Recorded data
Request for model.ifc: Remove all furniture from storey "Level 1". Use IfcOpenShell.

First a look at what the model holds.

```python
import ifcopenshell
import ifcopenshell.util.element

model = ifcopenshell.open("model.ifc")
print(model.schema)
storey = next(s for s in model.by_type("IfcBuildingStorey") if s.Name == "Level 1")
furniture = [e for e in ifcopenshell.util.element.get_decomposition(storey) if e.is_a("IfcFurnishingElement")]
seen = {}
for e in furniture:
    element_type = ifcopenshell.util.element.get_type(e)
    name = element_type.Name if element_type not in (None, e) else None
    seen[name] = seen.get(name, 0) + 1
for name, count in sorted(seen.items(), key=str):
    print(count, "x", name)
```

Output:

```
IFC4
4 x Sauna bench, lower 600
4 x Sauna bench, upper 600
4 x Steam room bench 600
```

```python
import ifcopenshell
import ifcopenshell.api.root
import ifcopenshell.util.element

model = ifcopenshell.open("model.ifc")

storey = next(s for s in model.by_type("IfcBuildingStorey") if s.Name == "Level 1")
furniture = [e for e in ifcopenshell.util.element.get_decomposition(storey) if e.is_a("IfcFurnishingElement")]

for e in furniture:
    ifcopenshell.api.root.remove_product(model, product=e)
print(len(furniture), "removed")

model.write("model_updated.ifc")
```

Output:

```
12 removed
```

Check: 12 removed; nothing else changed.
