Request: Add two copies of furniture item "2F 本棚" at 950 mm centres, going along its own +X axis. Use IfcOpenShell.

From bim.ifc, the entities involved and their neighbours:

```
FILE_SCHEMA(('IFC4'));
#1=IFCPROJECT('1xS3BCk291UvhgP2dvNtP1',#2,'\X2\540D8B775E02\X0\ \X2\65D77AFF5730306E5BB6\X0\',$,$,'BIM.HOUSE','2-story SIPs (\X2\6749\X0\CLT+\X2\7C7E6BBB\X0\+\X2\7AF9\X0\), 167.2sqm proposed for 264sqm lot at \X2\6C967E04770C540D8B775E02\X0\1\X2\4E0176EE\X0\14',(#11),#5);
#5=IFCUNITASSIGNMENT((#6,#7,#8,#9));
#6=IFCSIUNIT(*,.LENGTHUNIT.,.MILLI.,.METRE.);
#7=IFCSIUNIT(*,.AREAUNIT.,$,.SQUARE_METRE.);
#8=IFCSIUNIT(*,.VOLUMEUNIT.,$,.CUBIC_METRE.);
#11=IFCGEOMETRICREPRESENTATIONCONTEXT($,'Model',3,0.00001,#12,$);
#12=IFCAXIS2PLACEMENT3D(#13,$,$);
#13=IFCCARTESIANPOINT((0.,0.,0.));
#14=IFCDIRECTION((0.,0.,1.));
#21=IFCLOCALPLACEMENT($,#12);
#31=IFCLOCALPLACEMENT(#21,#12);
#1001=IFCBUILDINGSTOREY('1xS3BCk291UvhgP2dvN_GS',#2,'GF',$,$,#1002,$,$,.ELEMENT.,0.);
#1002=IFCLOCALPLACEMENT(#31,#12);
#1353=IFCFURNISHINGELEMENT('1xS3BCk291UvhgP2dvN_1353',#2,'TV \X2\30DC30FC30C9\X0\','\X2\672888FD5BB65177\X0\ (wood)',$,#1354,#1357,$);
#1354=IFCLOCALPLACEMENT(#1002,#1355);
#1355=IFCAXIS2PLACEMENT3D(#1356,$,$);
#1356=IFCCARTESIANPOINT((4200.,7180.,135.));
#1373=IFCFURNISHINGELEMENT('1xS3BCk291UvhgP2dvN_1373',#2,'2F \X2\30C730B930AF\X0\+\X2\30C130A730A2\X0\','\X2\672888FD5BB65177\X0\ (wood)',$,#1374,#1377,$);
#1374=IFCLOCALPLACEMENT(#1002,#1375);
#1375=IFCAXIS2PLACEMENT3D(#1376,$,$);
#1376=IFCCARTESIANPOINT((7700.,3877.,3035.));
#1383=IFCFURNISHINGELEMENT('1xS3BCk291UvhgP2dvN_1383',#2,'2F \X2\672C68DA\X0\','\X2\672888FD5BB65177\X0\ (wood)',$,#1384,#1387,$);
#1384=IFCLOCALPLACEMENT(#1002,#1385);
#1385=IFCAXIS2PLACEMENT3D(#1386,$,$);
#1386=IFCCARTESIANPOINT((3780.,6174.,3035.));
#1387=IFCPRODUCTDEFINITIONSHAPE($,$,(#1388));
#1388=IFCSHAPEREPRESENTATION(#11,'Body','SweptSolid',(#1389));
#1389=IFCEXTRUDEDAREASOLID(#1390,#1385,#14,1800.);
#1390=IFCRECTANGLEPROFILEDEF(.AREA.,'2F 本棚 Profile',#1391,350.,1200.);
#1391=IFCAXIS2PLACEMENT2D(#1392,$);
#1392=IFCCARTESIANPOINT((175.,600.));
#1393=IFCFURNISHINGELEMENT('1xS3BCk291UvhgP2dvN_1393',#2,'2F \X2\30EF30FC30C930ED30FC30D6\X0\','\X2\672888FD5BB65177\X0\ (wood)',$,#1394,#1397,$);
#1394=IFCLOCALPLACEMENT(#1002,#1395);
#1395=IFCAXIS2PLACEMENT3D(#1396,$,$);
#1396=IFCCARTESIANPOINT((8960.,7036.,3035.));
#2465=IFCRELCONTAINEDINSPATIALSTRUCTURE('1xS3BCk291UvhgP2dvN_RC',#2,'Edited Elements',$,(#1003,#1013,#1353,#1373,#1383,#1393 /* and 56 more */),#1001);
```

```python
import ifcopenshell
import ifcopenshell.api.geometry
import ifcopenshell.api.root
import ifcopenshell.util.element
import ifcopenshell.util.placement

model = ifcopenshell.open("bim.ifc")


def reuse_history(source, copy):
    """copy_class also copies each property set's owner history, people and application; keep the originals."""
    for rel in copy.IsDefinedBy:
        if rel.is_a("IfcRelDefinesByProperties") and (history := rel.RelatingPropertyDefinition.OwnerHistory):
            rel.RelatingPropertyDefinition.OwnerHistory = source.OwnerHistory
            ifcopenshell.util.element.remove_deep2(model, history)


source = model.by_id(1383)
base = ifcopenshell.util.placement.get_local_placement(source.ObjectPlacement)
step = base[:3, 0] * 950.0

for i in range(1, 3):
    copy = ifcopenshell.api.root.copy_class(model, product=source)
    copy.Representation = ifcopenshell.util.element.copy_deep(
        model, source.Representation, exclude=["IfcGeometricRepresentationContext", "IfcRepresentationMap"]
    )
    reuse_history(source, copy)
    matrix = base.copy()
    matrix[:3, 3] += i * step
    print("added at", matrix[:3, 3].round(3) + 0.0)
    ifcopenshell.api.geometry.edit_object_placement(model, product=copy, matrix=matrix, is_si=False)

model.write("bim-out.ifc")
```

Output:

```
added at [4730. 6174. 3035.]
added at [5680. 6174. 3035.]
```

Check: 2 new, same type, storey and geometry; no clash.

What you will do:
Throughout the data above, count the lines in which the word "Sauna" occurs; supply the number alone.

Your solution:
2